I’ve become a pretty huge fan of openSUSE. The installer is excellent, it just works really well and I really like having the option of yast to manage most aspects of the system, even when working from a command line. In comparison to RHEL it has more file system options, newer/more rpms in the official repositories, and in my opinion yast is superior to RHEL’s up2date. If support is an issue you can get Suse Enterprise Linux preinstalled by hardware vendors (including Dell) as well as enterprise support from Novell.

Though the openSUSE installer is pretty solid manually booting, configuring, installing, and updating an OS can get old really fast especially if you are installing on machines meant to have the same or similar roles. As part of the effort to improve our ability to manage more machines at work I decided to explore two tools to make life easier:

  • Setting up our own installation server
  • Using autoyast to automate 95% of the install for new machines

I generally followed the guidance offered at this novell.com page but want to walk through the specific process I went through as well as some specific gotchas and details in the hopes of helping out anybody else trying to do the same with 64bit openSUSE 10.2 on servers. By “on servers” I mean “no x windows”.

Setting up the Installation Server

If you have an existing openSUSE box setting up the installation server is pretty easy. Here are the steps involved in setting the server up and linking it to the official Novell yast repostories so your new installations get updated packages.

  • Run yast and goto Software -> Software Management
  • Search for and install yast2-instserver
  • Exit and restart yast and goto Miscellaneous -> Installation Server
  • From here you will be walked through the process of copying the files from your installation media to the HD and exposing the sources with FTP, HTTP, or NFS
  • For this particular example I went with FTP, openSUSE installed and attempted to configure vsftp
  • I had to manually /sbin/service vsftpd start to make it work.
  • By default vsftp was configured to allow only anonymous access with read-only permissions, and /srv/ftp was set as the root of what anonymous can see on the disk, so the config was perfect by default.
  • The full path to the 64bit installation source CD contents was /srv/ftp/sources/suse-10.2-64bit/. It is a good idea to give the source directory a specific name as that allows you to add alternate sources (like 32bit) to the same installation server in the future.
  • Go to /srv/ftp/sources/suse-10.2-64bit/CD1 and create a new file named add_on_products.
  • Edit this new file and enter any number of source repositories that you want to be included in new installs - 1 on each line. In my case it looked like this:
    http://download.opensuse.org/distribution/10.2/repo/oss
    http://download.opensuse.org/distribution/10.2/repo/non-oss
    http://download.suse.com/update/10.2
  • Sources entered here will also automatically be registered as installation sources for the new machines. If you aren’t using 10.2 your source repositories will be different. Check this page for all of them.
  • That wraps up the installation server. Assuming the vsftp service started up you are good to go.

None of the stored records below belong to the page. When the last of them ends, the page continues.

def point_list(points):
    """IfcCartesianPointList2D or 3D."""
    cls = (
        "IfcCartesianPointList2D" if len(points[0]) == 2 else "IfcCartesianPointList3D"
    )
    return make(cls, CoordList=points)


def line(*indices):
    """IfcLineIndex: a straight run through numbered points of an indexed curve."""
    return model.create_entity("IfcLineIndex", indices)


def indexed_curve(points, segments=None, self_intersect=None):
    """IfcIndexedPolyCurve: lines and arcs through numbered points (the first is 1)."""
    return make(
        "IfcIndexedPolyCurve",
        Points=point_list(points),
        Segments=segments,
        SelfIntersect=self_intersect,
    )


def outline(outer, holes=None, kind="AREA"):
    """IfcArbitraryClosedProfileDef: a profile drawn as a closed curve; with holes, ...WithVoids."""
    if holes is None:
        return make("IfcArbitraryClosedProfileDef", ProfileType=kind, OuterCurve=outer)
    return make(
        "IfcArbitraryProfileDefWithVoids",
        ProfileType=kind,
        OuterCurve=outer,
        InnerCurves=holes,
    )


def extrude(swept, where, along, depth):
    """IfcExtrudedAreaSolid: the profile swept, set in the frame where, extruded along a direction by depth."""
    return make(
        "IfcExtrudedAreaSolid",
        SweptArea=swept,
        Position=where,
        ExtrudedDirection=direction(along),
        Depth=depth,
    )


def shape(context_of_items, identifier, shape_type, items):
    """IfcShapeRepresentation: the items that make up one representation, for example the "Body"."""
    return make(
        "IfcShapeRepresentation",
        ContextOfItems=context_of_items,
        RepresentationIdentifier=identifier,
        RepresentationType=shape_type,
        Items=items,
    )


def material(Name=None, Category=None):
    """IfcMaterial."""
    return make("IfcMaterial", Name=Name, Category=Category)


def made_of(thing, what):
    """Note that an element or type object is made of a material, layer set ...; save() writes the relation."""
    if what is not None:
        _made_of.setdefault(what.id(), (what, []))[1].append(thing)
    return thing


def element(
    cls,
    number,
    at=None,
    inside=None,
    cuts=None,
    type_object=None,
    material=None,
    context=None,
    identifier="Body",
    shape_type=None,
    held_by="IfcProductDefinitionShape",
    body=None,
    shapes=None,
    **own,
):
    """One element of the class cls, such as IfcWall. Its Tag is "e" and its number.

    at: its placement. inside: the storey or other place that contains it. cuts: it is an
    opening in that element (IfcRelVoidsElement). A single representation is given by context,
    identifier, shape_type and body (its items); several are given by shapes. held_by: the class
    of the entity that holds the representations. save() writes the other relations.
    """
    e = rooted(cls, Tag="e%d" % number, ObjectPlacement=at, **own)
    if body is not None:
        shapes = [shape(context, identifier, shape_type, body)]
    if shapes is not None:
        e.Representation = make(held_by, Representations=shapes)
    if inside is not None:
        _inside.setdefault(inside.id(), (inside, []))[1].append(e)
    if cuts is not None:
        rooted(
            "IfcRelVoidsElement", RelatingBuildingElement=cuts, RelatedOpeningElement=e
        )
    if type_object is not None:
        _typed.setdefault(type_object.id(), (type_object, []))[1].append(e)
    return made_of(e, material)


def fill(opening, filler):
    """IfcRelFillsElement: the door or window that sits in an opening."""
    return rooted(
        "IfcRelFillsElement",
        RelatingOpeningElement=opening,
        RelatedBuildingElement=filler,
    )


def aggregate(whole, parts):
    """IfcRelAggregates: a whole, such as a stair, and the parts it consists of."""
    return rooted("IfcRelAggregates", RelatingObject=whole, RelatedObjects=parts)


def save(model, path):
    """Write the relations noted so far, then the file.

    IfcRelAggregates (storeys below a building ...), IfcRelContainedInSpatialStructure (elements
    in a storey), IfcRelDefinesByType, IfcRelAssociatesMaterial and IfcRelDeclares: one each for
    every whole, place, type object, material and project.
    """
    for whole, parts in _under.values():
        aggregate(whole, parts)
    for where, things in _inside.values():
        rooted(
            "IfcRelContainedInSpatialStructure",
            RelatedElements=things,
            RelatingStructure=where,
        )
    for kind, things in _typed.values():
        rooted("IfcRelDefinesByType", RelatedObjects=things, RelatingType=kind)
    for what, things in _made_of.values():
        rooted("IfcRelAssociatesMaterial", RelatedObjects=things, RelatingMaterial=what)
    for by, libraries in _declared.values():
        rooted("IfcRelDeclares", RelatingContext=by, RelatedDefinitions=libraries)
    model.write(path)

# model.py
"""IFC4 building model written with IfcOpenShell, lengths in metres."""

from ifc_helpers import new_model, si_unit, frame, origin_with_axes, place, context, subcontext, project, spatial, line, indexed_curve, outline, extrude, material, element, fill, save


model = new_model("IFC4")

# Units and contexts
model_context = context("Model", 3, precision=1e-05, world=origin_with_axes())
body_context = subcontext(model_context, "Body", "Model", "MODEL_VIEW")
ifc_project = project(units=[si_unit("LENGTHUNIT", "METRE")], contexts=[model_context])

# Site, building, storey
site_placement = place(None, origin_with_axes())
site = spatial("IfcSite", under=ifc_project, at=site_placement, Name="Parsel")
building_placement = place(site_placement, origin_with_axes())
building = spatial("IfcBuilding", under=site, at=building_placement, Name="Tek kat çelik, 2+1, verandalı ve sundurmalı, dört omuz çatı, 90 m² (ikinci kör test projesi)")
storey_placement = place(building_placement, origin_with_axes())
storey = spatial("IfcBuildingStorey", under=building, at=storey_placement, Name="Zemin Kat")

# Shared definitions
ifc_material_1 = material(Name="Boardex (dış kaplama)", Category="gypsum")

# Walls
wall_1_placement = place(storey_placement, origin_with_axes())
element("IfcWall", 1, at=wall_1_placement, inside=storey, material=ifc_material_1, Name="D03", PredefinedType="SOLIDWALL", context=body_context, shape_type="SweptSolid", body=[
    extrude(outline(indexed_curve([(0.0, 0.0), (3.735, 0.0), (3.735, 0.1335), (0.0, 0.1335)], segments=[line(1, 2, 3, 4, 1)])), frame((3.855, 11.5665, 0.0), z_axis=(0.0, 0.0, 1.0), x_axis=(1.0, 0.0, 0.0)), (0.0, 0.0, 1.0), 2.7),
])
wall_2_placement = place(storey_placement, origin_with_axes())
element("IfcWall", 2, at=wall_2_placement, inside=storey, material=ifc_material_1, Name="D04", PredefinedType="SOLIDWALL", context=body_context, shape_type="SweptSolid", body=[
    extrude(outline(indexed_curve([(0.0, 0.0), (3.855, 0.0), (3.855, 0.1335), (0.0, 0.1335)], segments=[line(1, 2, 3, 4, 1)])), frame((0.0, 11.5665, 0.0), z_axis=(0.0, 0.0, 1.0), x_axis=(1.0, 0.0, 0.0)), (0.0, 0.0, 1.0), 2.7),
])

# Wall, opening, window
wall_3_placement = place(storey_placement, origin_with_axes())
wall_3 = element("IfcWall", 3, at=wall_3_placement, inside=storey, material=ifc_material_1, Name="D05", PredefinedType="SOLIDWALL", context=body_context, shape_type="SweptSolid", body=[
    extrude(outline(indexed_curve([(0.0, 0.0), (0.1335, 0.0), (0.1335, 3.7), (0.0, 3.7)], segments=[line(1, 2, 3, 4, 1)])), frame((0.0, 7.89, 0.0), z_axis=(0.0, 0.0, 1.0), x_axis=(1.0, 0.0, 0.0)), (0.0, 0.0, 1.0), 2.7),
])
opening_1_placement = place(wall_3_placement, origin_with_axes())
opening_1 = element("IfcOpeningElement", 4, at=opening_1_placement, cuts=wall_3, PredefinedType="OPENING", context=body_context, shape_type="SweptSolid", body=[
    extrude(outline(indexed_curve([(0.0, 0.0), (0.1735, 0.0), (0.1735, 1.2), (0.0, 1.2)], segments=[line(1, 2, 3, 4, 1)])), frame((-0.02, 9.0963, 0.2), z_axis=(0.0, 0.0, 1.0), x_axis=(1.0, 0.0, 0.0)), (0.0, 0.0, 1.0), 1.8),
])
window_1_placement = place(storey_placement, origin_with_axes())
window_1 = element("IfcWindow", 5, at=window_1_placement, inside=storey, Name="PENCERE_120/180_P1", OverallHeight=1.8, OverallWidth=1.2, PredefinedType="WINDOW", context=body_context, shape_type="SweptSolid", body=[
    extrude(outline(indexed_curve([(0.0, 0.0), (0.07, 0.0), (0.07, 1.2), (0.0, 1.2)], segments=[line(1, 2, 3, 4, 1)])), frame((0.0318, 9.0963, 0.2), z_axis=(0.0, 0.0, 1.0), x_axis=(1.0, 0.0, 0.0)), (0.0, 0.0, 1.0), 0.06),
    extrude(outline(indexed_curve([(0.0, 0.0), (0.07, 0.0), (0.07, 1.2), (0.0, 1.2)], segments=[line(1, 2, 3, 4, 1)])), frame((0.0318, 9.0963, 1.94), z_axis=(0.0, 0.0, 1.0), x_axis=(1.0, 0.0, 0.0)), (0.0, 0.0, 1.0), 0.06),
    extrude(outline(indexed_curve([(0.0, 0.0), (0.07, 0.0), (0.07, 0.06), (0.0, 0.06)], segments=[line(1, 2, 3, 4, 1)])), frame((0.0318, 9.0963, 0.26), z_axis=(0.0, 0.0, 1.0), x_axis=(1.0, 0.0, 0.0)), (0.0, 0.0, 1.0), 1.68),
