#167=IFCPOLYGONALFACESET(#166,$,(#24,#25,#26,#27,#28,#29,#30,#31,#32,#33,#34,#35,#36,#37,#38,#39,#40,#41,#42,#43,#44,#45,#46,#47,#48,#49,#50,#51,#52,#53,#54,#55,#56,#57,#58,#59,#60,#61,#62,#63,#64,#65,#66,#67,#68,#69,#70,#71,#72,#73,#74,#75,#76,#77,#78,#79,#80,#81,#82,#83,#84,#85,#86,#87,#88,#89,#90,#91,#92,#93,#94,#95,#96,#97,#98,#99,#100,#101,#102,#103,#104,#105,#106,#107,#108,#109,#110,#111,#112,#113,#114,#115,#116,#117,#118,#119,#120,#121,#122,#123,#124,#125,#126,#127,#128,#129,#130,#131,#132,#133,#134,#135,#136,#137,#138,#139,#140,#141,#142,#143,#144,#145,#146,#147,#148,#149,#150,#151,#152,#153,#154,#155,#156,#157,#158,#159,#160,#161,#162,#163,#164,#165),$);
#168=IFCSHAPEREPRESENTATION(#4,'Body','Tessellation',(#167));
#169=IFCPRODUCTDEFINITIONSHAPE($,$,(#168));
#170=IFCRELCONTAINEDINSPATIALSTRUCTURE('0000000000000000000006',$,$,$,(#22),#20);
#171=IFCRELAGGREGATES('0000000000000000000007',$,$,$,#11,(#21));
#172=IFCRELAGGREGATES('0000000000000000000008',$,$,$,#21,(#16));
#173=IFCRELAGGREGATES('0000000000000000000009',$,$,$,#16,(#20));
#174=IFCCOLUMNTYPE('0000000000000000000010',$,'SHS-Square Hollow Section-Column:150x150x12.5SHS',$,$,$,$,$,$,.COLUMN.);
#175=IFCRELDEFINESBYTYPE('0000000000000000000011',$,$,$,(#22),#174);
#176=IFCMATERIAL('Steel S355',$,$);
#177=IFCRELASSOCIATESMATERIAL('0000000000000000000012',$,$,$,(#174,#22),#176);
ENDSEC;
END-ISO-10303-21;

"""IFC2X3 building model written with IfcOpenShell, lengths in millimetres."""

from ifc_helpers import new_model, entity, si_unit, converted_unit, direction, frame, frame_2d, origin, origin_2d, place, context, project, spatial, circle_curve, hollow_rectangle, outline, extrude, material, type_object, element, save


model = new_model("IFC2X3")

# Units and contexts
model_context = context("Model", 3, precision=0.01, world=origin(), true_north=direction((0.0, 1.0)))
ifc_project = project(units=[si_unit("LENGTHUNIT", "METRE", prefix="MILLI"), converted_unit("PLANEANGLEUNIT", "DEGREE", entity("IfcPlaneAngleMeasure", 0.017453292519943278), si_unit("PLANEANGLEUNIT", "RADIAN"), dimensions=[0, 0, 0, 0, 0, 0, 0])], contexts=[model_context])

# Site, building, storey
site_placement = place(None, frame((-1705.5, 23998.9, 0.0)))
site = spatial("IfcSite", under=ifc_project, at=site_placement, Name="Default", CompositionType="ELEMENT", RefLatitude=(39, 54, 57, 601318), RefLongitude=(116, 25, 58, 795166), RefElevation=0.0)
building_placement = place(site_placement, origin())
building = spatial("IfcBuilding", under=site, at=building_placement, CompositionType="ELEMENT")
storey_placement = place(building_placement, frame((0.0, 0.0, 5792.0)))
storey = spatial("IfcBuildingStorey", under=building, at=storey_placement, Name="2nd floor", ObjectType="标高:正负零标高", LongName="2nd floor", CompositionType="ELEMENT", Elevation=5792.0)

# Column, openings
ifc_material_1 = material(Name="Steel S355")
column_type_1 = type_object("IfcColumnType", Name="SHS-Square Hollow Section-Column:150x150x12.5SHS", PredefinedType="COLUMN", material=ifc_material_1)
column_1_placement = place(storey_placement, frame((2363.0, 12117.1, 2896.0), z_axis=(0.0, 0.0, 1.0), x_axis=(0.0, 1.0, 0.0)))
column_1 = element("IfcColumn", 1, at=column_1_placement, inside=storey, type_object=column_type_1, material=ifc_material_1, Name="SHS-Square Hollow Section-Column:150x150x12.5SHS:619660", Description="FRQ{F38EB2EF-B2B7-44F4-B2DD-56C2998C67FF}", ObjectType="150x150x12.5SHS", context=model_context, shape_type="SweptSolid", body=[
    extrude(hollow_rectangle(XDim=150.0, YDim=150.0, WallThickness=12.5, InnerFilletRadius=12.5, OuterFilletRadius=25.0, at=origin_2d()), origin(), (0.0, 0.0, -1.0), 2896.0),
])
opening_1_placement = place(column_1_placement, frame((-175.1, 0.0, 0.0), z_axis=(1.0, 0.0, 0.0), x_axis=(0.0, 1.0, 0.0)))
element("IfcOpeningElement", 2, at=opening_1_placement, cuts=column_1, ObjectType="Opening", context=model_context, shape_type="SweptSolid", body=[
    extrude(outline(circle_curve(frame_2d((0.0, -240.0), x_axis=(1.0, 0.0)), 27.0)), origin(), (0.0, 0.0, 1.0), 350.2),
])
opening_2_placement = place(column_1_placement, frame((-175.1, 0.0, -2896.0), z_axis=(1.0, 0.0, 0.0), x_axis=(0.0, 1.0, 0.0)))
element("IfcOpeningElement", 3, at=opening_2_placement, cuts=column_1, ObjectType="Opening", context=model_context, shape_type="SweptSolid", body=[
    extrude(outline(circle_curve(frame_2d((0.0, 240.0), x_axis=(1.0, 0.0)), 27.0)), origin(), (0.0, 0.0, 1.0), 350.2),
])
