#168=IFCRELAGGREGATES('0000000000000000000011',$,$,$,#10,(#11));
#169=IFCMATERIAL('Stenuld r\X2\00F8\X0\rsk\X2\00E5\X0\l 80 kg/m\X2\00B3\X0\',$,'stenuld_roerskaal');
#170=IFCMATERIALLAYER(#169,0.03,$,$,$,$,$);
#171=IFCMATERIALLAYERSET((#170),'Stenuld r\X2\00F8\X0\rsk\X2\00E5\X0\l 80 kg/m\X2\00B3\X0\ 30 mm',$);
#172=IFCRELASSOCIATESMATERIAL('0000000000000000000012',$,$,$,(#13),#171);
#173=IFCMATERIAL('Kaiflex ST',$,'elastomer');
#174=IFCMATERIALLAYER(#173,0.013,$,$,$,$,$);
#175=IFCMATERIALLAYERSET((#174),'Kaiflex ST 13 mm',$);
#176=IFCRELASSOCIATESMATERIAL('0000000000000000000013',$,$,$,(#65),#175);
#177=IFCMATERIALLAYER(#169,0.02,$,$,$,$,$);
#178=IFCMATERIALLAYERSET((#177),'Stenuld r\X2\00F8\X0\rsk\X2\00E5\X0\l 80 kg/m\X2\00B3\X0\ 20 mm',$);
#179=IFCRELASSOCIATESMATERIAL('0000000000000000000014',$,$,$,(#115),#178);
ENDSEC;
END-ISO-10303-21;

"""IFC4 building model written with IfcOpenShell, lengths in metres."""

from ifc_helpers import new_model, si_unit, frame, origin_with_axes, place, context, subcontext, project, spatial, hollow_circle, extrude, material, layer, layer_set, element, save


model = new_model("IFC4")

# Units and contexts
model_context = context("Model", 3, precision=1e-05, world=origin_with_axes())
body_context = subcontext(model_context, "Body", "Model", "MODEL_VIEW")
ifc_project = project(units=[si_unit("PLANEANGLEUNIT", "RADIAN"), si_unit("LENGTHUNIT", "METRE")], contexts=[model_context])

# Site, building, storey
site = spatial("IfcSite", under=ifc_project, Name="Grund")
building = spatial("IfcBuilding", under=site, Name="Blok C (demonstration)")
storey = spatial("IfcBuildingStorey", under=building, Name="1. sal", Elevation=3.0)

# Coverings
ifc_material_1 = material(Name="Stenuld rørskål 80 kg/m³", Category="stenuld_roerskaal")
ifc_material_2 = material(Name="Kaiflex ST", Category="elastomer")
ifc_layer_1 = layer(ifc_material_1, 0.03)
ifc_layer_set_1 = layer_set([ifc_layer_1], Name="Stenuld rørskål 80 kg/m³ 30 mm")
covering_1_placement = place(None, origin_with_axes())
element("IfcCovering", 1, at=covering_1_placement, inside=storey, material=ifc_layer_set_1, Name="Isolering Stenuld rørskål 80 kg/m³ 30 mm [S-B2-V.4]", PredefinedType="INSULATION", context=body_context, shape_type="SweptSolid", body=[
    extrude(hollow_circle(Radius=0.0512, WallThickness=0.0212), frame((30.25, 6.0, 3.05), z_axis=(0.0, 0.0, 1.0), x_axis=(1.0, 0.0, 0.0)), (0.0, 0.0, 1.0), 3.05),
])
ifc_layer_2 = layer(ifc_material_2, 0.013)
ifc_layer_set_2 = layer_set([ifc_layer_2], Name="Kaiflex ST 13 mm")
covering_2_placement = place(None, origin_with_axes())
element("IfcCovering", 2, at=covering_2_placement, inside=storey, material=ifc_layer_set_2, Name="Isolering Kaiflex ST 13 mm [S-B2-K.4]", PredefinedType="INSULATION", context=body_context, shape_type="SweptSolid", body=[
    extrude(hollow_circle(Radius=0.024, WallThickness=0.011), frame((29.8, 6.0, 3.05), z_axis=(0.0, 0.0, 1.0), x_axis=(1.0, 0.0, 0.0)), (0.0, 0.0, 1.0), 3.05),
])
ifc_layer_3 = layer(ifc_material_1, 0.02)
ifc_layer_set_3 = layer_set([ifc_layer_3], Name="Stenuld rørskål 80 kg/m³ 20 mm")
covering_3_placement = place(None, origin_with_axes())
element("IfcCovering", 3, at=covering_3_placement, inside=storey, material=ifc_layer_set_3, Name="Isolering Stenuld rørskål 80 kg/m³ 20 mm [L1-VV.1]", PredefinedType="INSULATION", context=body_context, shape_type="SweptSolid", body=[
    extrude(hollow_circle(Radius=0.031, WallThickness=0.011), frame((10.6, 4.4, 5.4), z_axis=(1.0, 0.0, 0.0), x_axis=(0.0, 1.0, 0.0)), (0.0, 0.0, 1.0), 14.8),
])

At this point, you can setup new openSUSE machines by installing against this server. You would need to boot the machine with some sort of openSUSE installation media (the DVD, CD1, a properly setup usb key, or the minimal install CD) to get to the installation menu. From there hit F4, enter your FTP installation server and the /sources/suse-10.2-64bit/CD1 directory, press enter, and then continue with the installation. Having the installation server is really nice because you can control and manage a single, consistent set of rpms.

Setting up autoyast

Just having a central installation server is great but with autoyast you can almost completely automate installation of new openSUSE servers. This works by creating an autoyast control file at which you point new installations. The control file can include instructions for disk partitioning, installed software, services, custom config files, and directions to run extra scripts at various stages of the installation. The link at the top of this post provides a pretty good overview and the documentation here is very helpful as well. That documentation provides almost all of the information you need so where details are excluded from the following look there.

In my specific case (an autoyast file for JBoss servers) the process went like this:

  • Uploaded the latest versions of JBoss and Java (yast didn’t have 1.5), init.d scripts for JBoss, as well as our custom /etc/profile.d/environment.sh file to the installation server under a different directory accessible through FTP.
  • Wrote a script meant to run after new installs to download and configure the above. Really just a bunch of wgets, copying, linking, chmod/chown changes. This was going to be downloaded and run in the init-scripts stage of the autoyast install.
  • Setup a fresh install of openSUSE exactly as I wanted it for a JBoss server and ran yast2 autoyast from the command line.
  • Selected Tools -> Create Reference Profile
  • Selected the areas I cared about including. Note that selections here are in addition to a default set of information that includes partitioning and installed packages. In my case Firewall, Online Update Config (I enabled this on the reference server), Local Security, and User Management made sense.
  • Next was to add a custom sshd_config file. With the reference profile loaded, went to Miscellaneous -> Complete Configuration Files and then alt-E for configure.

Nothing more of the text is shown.